> Work order: Scan the lines below for "scale"; report the number of lines that contain it, and only that.

□ □ □ □ □

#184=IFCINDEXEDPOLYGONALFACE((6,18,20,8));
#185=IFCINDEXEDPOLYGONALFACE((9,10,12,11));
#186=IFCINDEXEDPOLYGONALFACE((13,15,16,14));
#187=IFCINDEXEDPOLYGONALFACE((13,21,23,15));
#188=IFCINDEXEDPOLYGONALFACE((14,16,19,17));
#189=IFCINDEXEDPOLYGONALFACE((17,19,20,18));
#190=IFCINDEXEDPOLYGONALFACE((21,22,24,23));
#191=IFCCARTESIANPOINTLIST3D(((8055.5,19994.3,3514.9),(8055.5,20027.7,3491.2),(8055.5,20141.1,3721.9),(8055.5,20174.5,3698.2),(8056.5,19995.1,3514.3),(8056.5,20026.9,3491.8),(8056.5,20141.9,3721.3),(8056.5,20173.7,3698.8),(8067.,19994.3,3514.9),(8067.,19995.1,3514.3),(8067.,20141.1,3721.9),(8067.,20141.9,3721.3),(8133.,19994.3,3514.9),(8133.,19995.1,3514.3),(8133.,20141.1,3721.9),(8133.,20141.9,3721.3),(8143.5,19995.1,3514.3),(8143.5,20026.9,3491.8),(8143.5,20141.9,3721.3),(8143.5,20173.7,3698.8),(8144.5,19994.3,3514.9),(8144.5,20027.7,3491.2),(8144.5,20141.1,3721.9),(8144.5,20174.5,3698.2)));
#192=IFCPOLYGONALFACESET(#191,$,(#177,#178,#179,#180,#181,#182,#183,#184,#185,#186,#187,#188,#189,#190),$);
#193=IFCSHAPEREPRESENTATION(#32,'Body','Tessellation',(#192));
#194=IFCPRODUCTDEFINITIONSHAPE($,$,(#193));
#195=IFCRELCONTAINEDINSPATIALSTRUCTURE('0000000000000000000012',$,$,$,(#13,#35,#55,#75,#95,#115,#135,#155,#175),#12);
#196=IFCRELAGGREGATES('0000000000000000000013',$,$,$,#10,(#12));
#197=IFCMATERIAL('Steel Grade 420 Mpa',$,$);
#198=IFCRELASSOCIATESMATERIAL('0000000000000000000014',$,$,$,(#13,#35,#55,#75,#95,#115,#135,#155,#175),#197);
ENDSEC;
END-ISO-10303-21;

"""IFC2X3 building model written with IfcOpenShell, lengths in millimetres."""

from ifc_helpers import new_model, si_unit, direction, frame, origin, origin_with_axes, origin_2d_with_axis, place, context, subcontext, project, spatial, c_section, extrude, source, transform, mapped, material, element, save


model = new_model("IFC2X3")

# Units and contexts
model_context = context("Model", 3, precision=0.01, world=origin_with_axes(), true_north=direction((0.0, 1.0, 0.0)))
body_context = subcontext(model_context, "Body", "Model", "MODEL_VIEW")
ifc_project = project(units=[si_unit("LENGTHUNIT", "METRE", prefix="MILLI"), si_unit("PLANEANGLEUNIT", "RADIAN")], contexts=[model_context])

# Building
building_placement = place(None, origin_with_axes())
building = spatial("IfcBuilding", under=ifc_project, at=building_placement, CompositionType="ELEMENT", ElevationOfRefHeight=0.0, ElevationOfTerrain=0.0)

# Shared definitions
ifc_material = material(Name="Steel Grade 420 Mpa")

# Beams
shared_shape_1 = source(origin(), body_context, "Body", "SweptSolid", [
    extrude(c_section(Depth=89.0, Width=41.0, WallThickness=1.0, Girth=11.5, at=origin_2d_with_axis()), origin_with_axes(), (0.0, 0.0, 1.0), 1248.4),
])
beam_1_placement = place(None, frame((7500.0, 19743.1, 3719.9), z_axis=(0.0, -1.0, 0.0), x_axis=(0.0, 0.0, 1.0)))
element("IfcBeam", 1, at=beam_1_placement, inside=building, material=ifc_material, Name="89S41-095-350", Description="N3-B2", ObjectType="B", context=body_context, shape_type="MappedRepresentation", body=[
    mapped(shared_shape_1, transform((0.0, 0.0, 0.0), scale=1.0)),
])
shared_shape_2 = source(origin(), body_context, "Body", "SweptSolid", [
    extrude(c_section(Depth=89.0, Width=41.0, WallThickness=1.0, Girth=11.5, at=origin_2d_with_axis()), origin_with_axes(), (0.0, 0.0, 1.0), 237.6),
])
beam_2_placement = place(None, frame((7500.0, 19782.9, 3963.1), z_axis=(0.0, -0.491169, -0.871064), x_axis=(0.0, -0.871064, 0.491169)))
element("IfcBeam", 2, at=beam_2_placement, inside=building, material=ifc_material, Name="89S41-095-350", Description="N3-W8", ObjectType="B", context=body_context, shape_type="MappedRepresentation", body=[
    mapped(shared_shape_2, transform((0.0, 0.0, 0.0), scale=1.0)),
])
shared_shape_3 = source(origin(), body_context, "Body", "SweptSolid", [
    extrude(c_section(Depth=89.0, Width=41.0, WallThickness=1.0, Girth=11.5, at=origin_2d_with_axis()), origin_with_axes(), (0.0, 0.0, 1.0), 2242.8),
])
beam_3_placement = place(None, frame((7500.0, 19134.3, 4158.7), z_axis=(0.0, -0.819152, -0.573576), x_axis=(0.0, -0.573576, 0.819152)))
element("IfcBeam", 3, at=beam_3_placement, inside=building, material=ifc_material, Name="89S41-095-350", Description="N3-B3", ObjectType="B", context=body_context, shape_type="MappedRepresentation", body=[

□ □ □ □ □

> Task answer: 2